Monday, October 25, 2010

Suffer..

God... I'm so suffer now.. Everyday also want me to face the painfulness. After my heart now turn to my neck.. So pain so pain.. Today my left neck sudden fell so pain. Now i feel my right neck also start pain.. Don't know because of what problem.. Just sitting on the chair my neck also will pain. Please don let me suffer anymore. My body already full of medicine, i don want to add more and more.. I don want the medicine will become my daily food. I want to stop it.. Please God please help me.. I wish tomorrow when i wake up, all the painful will go away from me.. May God bless me..

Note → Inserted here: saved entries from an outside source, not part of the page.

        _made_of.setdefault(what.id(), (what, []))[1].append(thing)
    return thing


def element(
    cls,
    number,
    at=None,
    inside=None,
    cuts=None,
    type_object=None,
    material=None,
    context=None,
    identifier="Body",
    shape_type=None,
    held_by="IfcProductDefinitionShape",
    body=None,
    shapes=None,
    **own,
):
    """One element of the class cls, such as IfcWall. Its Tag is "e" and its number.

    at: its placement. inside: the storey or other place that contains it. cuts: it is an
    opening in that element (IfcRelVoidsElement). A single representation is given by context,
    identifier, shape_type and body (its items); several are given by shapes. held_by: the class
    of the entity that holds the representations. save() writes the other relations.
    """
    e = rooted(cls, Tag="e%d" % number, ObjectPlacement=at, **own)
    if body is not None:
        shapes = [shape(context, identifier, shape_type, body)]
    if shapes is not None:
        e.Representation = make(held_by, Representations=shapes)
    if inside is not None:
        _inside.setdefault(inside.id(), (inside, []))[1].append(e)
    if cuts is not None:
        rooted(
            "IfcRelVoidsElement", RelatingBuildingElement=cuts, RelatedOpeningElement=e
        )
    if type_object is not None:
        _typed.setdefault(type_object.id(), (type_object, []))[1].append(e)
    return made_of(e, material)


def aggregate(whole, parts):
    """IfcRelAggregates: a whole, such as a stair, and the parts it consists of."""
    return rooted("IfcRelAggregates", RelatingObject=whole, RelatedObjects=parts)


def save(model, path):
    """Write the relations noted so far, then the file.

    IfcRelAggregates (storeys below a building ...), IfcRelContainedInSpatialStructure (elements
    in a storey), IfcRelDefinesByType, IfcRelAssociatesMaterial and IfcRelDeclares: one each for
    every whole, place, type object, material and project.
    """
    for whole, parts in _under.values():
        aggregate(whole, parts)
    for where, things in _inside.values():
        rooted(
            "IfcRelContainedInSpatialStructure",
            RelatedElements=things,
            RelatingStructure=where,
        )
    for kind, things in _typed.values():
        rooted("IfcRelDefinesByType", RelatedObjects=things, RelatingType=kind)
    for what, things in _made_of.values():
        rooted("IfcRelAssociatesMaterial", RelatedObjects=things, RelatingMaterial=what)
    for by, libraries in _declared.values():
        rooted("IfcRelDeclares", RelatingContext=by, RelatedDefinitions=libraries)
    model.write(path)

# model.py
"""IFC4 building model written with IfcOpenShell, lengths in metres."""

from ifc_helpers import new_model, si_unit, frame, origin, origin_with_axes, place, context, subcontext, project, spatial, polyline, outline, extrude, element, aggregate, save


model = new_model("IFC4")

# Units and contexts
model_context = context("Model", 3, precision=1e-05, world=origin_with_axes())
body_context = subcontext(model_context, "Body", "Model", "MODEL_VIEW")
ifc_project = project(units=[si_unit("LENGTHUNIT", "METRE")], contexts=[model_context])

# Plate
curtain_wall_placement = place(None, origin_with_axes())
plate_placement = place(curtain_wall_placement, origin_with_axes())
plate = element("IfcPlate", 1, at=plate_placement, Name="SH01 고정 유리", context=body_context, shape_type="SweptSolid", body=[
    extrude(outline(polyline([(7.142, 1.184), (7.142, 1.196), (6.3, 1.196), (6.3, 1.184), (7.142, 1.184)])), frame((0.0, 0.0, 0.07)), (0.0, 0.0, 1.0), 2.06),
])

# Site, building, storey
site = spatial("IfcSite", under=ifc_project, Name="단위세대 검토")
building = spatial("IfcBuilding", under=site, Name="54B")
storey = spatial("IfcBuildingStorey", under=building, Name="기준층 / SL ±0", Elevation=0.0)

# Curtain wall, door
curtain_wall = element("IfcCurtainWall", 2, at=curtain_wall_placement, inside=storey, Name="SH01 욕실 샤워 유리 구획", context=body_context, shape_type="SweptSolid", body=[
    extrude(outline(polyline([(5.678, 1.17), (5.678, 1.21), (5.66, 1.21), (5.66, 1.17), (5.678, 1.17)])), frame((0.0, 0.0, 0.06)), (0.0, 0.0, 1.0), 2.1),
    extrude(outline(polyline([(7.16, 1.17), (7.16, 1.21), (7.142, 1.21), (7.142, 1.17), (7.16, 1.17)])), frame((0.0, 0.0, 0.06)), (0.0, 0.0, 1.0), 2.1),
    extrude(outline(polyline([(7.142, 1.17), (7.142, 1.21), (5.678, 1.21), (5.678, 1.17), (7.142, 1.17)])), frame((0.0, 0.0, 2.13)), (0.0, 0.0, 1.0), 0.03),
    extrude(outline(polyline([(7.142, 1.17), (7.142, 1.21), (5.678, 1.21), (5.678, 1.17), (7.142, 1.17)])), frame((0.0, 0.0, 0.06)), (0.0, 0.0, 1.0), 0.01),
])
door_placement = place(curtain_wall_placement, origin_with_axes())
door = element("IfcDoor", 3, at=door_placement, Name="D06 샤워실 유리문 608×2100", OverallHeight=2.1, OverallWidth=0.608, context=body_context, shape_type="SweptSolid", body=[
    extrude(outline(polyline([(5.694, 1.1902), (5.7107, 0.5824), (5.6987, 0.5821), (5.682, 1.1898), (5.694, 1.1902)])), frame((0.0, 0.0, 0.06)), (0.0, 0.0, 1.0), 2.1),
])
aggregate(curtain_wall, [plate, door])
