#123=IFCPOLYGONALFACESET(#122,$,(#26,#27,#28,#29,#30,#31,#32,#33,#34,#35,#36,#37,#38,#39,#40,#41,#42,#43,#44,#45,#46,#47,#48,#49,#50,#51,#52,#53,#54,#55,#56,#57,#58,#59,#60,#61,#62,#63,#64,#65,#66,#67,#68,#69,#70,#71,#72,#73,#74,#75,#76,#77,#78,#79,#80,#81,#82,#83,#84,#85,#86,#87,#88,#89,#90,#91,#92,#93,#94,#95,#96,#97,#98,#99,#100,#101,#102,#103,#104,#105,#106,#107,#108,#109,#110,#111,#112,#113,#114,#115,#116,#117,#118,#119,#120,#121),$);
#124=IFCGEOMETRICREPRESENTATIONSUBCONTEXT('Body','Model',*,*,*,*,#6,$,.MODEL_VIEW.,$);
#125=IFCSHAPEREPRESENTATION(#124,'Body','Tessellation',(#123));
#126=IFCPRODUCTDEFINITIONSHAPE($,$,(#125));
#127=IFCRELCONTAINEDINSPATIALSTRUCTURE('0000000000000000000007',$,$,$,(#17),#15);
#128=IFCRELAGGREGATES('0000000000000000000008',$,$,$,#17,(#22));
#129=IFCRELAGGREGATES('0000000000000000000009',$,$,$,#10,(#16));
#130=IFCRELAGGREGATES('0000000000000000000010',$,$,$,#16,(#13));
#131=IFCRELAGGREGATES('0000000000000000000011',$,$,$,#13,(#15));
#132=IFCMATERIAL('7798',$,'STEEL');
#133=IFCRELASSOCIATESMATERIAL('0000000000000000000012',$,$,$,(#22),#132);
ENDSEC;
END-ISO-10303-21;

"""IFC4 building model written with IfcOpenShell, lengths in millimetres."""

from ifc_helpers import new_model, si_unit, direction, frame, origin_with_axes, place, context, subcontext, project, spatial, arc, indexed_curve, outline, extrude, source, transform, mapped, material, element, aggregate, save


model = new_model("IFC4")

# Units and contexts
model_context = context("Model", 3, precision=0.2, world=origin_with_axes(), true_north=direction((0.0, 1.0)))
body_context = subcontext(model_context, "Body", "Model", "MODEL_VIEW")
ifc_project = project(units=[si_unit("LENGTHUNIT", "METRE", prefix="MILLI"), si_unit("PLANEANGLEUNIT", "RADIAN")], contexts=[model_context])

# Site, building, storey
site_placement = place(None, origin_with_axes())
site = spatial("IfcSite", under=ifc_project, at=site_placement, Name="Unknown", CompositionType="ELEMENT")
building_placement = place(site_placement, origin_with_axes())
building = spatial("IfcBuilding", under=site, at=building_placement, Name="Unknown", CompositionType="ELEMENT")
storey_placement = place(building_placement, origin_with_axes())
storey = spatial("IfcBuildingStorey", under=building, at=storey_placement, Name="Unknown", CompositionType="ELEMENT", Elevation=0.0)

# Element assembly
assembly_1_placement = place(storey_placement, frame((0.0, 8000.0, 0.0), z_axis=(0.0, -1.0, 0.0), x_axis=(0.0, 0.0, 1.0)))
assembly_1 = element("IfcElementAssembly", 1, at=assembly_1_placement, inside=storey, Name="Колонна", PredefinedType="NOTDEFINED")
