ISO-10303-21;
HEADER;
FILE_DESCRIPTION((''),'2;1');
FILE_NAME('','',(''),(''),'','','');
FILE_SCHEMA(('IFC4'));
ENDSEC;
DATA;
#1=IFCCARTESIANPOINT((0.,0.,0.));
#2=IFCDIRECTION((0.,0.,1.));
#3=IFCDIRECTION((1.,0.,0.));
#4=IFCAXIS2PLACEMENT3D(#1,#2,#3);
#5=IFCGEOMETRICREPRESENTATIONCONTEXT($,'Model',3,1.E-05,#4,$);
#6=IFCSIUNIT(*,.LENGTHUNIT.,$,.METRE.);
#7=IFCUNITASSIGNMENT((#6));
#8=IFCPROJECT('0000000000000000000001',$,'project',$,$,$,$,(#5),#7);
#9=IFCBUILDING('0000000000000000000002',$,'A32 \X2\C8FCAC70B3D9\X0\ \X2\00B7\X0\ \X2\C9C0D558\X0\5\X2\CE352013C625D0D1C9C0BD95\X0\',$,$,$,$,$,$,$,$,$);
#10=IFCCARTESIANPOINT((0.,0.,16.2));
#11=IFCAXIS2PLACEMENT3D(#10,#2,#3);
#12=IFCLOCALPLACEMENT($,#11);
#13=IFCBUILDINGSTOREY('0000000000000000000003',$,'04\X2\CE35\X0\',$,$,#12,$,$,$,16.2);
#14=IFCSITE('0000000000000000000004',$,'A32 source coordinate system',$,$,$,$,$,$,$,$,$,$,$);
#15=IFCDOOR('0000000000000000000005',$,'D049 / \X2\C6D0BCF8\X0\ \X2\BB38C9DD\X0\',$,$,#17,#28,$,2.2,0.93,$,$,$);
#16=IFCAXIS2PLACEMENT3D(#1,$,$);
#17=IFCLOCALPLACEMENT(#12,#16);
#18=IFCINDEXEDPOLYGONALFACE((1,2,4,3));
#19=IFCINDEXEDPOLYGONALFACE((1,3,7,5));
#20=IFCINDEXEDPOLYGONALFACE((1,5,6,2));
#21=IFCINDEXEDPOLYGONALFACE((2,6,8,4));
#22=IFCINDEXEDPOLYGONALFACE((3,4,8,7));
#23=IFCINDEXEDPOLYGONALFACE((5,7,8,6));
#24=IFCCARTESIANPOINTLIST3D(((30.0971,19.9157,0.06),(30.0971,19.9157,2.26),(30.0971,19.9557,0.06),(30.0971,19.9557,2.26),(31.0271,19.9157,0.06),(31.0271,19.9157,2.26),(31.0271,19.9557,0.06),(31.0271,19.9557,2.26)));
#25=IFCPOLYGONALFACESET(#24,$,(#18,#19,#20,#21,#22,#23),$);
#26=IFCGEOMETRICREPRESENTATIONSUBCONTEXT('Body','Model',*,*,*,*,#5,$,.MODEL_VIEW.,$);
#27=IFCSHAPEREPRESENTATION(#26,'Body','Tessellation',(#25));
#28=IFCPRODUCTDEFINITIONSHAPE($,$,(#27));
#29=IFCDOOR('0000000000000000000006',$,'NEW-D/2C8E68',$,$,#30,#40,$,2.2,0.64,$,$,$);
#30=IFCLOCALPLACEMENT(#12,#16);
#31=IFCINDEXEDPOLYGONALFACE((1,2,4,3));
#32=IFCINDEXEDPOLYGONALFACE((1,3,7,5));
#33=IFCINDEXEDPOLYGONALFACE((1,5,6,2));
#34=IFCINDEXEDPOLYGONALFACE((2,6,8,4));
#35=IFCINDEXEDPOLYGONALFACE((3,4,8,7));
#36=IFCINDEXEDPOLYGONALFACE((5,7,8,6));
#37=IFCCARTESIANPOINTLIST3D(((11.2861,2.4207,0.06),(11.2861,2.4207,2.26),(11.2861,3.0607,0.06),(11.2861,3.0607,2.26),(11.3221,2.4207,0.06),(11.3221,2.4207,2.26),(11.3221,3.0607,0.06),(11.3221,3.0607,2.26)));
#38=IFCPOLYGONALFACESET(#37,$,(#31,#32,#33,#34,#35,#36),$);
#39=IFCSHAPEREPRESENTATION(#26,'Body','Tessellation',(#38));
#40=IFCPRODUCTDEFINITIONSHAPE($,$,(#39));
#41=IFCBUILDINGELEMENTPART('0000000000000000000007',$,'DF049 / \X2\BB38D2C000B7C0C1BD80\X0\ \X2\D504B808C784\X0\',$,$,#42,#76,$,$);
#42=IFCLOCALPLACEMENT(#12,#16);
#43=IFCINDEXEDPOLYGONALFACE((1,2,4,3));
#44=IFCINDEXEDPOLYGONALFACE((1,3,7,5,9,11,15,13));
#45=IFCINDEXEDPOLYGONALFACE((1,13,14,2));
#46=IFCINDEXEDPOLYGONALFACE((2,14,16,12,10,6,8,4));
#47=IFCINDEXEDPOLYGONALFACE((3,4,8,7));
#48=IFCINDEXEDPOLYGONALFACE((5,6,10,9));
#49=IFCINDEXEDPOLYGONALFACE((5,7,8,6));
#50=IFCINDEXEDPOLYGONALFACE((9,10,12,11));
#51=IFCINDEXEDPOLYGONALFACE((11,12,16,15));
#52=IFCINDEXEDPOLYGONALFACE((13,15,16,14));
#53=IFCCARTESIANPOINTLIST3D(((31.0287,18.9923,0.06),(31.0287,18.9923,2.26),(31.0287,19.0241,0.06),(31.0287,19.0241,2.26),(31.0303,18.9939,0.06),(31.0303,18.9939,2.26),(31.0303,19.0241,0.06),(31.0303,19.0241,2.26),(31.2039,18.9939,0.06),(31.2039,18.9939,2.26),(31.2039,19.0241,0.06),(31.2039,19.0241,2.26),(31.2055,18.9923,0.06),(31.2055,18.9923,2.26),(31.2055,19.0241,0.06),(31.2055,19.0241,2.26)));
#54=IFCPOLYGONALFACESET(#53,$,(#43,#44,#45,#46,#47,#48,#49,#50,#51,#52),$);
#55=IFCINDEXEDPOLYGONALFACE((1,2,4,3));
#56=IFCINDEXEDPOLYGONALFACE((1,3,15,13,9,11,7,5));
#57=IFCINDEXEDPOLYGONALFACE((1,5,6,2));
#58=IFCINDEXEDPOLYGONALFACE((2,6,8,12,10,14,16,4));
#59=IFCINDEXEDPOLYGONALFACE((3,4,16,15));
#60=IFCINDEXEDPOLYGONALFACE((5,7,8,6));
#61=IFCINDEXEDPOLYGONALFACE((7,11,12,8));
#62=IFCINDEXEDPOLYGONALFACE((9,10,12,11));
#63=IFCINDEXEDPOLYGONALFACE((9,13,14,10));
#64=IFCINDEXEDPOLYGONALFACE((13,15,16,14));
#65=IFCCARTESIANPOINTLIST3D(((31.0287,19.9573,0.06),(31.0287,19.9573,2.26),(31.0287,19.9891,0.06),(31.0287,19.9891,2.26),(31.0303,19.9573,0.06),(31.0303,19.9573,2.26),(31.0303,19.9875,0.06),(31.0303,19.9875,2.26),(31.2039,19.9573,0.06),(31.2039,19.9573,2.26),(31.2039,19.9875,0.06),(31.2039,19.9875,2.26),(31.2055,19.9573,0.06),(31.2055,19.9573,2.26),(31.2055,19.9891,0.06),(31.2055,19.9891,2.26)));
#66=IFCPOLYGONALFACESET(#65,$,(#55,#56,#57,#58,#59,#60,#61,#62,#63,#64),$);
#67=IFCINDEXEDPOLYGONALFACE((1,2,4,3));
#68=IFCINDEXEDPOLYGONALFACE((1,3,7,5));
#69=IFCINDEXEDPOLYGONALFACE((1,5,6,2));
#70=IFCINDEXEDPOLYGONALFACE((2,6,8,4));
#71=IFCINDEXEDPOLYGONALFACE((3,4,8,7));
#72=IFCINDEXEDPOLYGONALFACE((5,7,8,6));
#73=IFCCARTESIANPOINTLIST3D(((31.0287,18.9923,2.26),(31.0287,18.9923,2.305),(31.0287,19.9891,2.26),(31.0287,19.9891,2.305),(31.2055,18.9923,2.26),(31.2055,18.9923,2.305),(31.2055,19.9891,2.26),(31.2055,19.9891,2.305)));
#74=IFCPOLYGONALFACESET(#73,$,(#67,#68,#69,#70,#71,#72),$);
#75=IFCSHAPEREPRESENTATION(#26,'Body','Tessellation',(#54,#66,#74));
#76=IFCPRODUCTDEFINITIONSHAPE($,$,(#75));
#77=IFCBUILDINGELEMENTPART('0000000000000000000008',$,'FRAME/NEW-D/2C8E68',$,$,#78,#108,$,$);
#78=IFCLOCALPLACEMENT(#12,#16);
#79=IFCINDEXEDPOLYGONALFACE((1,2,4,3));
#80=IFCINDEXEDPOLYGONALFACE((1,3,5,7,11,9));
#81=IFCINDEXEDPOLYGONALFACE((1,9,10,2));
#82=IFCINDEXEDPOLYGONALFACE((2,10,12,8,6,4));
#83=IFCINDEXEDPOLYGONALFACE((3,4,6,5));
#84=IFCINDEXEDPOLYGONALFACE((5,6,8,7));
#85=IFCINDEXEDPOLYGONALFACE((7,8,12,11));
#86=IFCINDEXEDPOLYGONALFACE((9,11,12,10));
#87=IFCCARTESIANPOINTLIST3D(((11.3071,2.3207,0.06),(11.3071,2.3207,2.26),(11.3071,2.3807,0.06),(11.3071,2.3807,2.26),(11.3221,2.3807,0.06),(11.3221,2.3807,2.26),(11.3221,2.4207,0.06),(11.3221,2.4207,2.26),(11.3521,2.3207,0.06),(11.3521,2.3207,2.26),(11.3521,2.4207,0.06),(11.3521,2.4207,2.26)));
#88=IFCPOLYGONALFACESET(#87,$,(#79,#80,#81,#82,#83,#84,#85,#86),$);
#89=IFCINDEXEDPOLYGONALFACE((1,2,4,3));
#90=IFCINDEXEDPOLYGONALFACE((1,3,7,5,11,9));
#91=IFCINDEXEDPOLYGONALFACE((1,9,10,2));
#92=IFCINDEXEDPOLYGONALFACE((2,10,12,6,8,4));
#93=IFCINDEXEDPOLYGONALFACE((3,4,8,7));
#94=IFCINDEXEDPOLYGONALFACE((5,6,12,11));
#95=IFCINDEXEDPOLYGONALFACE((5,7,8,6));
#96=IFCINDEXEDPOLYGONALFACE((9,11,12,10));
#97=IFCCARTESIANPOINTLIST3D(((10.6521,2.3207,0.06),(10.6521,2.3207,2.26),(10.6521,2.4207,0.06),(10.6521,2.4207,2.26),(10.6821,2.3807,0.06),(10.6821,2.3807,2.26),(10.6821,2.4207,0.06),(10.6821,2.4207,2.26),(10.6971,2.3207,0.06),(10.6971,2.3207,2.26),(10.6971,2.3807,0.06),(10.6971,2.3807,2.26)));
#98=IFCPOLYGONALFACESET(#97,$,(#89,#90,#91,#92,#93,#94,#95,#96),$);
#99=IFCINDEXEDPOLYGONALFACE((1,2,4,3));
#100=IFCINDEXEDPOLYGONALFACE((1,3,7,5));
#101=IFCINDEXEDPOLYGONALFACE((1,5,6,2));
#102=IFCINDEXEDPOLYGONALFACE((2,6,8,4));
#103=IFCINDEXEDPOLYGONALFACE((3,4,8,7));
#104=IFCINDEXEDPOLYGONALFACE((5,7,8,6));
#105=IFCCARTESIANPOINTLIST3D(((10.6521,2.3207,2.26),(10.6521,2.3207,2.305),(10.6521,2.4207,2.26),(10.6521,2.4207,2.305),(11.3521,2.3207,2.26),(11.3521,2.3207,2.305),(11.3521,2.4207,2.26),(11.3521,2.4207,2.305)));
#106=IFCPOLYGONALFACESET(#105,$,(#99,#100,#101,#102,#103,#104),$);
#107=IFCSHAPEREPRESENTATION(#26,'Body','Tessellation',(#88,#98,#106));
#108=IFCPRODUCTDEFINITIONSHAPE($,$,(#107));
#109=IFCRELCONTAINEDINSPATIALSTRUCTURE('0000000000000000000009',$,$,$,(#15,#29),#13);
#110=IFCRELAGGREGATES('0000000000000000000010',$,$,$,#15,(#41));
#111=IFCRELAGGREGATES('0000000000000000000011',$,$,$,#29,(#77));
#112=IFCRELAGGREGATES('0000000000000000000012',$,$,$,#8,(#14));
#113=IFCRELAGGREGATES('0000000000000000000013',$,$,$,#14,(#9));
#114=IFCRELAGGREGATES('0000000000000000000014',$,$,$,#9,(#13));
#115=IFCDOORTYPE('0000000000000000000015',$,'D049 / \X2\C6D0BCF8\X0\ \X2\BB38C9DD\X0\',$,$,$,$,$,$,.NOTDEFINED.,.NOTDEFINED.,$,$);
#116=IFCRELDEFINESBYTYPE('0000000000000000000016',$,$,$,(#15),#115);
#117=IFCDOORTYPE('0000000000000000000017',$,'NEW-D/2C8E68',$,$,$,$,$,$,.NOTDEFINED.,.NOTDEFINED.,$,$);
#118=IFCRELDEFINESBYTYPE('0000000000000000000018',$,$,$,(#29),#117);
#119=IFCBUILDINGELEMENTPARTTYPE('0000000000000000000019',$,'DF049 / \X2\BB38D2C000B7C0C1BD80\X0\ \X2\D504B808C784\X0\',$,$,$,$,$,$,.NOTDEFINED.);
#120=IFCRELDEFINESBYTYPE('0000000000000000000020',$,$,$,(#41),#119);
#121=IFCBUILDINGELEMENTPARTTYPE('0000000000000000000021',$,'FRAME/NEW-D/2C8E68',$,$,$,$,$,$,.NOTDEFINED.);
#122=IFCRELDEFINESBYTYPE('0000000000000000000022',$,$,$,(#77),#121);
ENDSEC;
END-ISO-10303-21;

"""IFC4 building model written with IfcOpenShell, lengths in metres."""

from ifc_helpers import new_model, si_unit, frame, origin, origin_with_axes, place, context, subcontext, project, spatial, polyline, outline, extrude, source, transform, mapped, type_object, type_shapes, element, aggregate, save


model = new_model("IFC4")

# Units and contexts
model_context = context("Model", 3, precision=1e-05, world=origin_with_axes())
body_context = subcontext(model_context, "Body", "Model", "MODEL_VIEW")
ifc_project = project(units=[si_unit("LENGTHUNIT", "METRE")], contexts=[model_context])

# Site, building, storey
storey_placement = place(None, frame((0.0, 0.0, 16.2), z_axis=(0.0, 0.0, 1.0), x_axis=(1.0, 0.0, 0.0)))
site = spatial("IfcSite", under=ifc_project, Name="A32 source coordinate system")
building = spatial("IfcBuilding", under=site, Name="A32 주거동 · 지하5층–옥탑지붕")
storey = spatial("IfcBuildingStorey", under=building, at=storey_placement, Name="04층", Elevation=16.2)

# Doors
door_type_1 = type_object("IfcDoorType", Name="D049 / 원본 문짝", OperationType="NOTDEFINED", PredefinedType="NOTDEFINED")
shared_shape_1 = source(origin(), body_context, "Body", "SweptSolid", [
    extrude(outline(polyline([(31.0271, 19.9557), (31.0271, 19.9157), (30.0971, 19.9157), (30.0971, 19.9557), (31.0271, 19.9557)])), frame((0.0, 0.0, 0.06)), (0.0, 0.0, 1.0), 2.2),
])
type_shapes(door_type_1, [shared_shape_1])
door_1_placement = place(storey_placement, origin_with_axes())
door_1 = element("IfcDoor", 1, at=door_1_placement, inside=storey, type_object=door_type_1, Name="D049 / 원본 문짝", OverallHeight=2.2, OverallWidth=0.93, context=body_context, shape_type="MappedRepresentation", body=[
    mapped(shared_shape_1, transform((0.0, 0.0, 0.0), scale=1.0)),
])
door_type_2 = type_object("IfcDoorType", Name="NEW-D/2C8E68", OperationType="NOTDEFINED", PredefinedType="NOTDEFINED")
shared_shape_2 = source(origin(), body_context, "Body", "SweptSolid", [
    extrude(outline(polyline([(11.3221, 2.4207), (11.2861, 2.4207), (11.2861, 3.0607), (11.3221, 3.0607), (11.3221, 2.4207)])), frame((0.0, 0.0, 0.06)), (0.0, 0.0, 1.0), 2.2),
])
type_shapes(door_type_2, [shared_shape_2])
door_2_placement = place(storey_placement, origin_with_axes())
door_2 = element("IfcDoor", 2, at=door_2_placement, inside=storey, type_object=door_type_2, Name="NEW-D/2C8E68", OverallHeight=2.2, OverallWidth=0.64, context=body_context, shape_type="MappedRepresentation", body=[
    mapped(shared_shape_2, transform((0.0, 0.0, 0.0), scale=1.0)),
])

# Building element parts
building_element_part_type_1 = type_object("IfcBuildingElementPartType", Name="DF049 / 문틀·상부 프레임", PredefinedType="NOTDEFINED")
shared_shape_3 = source(origin(), body_context, "Body", "SweptSolid", [
    extrude(outline(polyline([(31.0303, 19.0241), (31.0303, 18.9939), (31.2039, 18.9939), (31.2039, 19.0241), (31.2055, 19.0241), (31.2055, 18.9923), (31.0287, 18.9923), (31.0287, 19.0241), (31.0303, 19.0241)])), frame((0.0, 0.0, 0.06)), (0.0, 0.0, 1.0), 2.2),
    extrude(outline(polyline([(31.0287, 19.9891), (31.2055, 19.9891), (31.2055, 19.9573), (31.2039, 19.9573), (31.2039, 19.9875), (31.0303, 19.9875), (31.0303, 19.9573), (31.0287, 19.9573), (31.0287, 19.9891)])), frame((0.0, 0.0, 0.06)), (0.0, 0.0, 1.0), 2.2),
    extrude(outline(polyline([(31.0287, 18.9923), (31.0287, 19.9891), (31.2055, 19.9891), (31.2055, 18.9923), (31.0287, 18.9923)])), frame((0.0, 0.0, 2.26)), (0.0, 0.0, 1.0), 0.045),
])
type_shapes(building_element_part_type_1, [shared_shape_3])
building_element_part_1_placement = place(door_1_placement, origin_with_axes())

Saturday, October 23, 2010

quarrel quarrel.. always quarrel..!!

really feel stress when saw my parent argue.. don't know why stay together also like that now not everyday meet also will like that. sometimes look they happy I'll feel happy too. but sure got 1 day will quarrel. maybe this already is their hobbies. no quarrel will feel boring. C them quarrel I think the most angry one is me. saw likes that I really felt want to scold them. scold also no use, sure the problem will happen again, better don't want to care them. I hope it wont happen in my future life.

Wednesday, October 20, 2010

Why?

Why i always like that? Why something that i not suppose to do i still want to do it..?? If i still like that, it will only make myself more pain and sad.. Hope i can find somebody to share the problem with me, but i didn't fine it.. I don want to let too much of people know bout this prob.. If they know i still like that, they will say im so stupid.. Just hope i can settle it myself..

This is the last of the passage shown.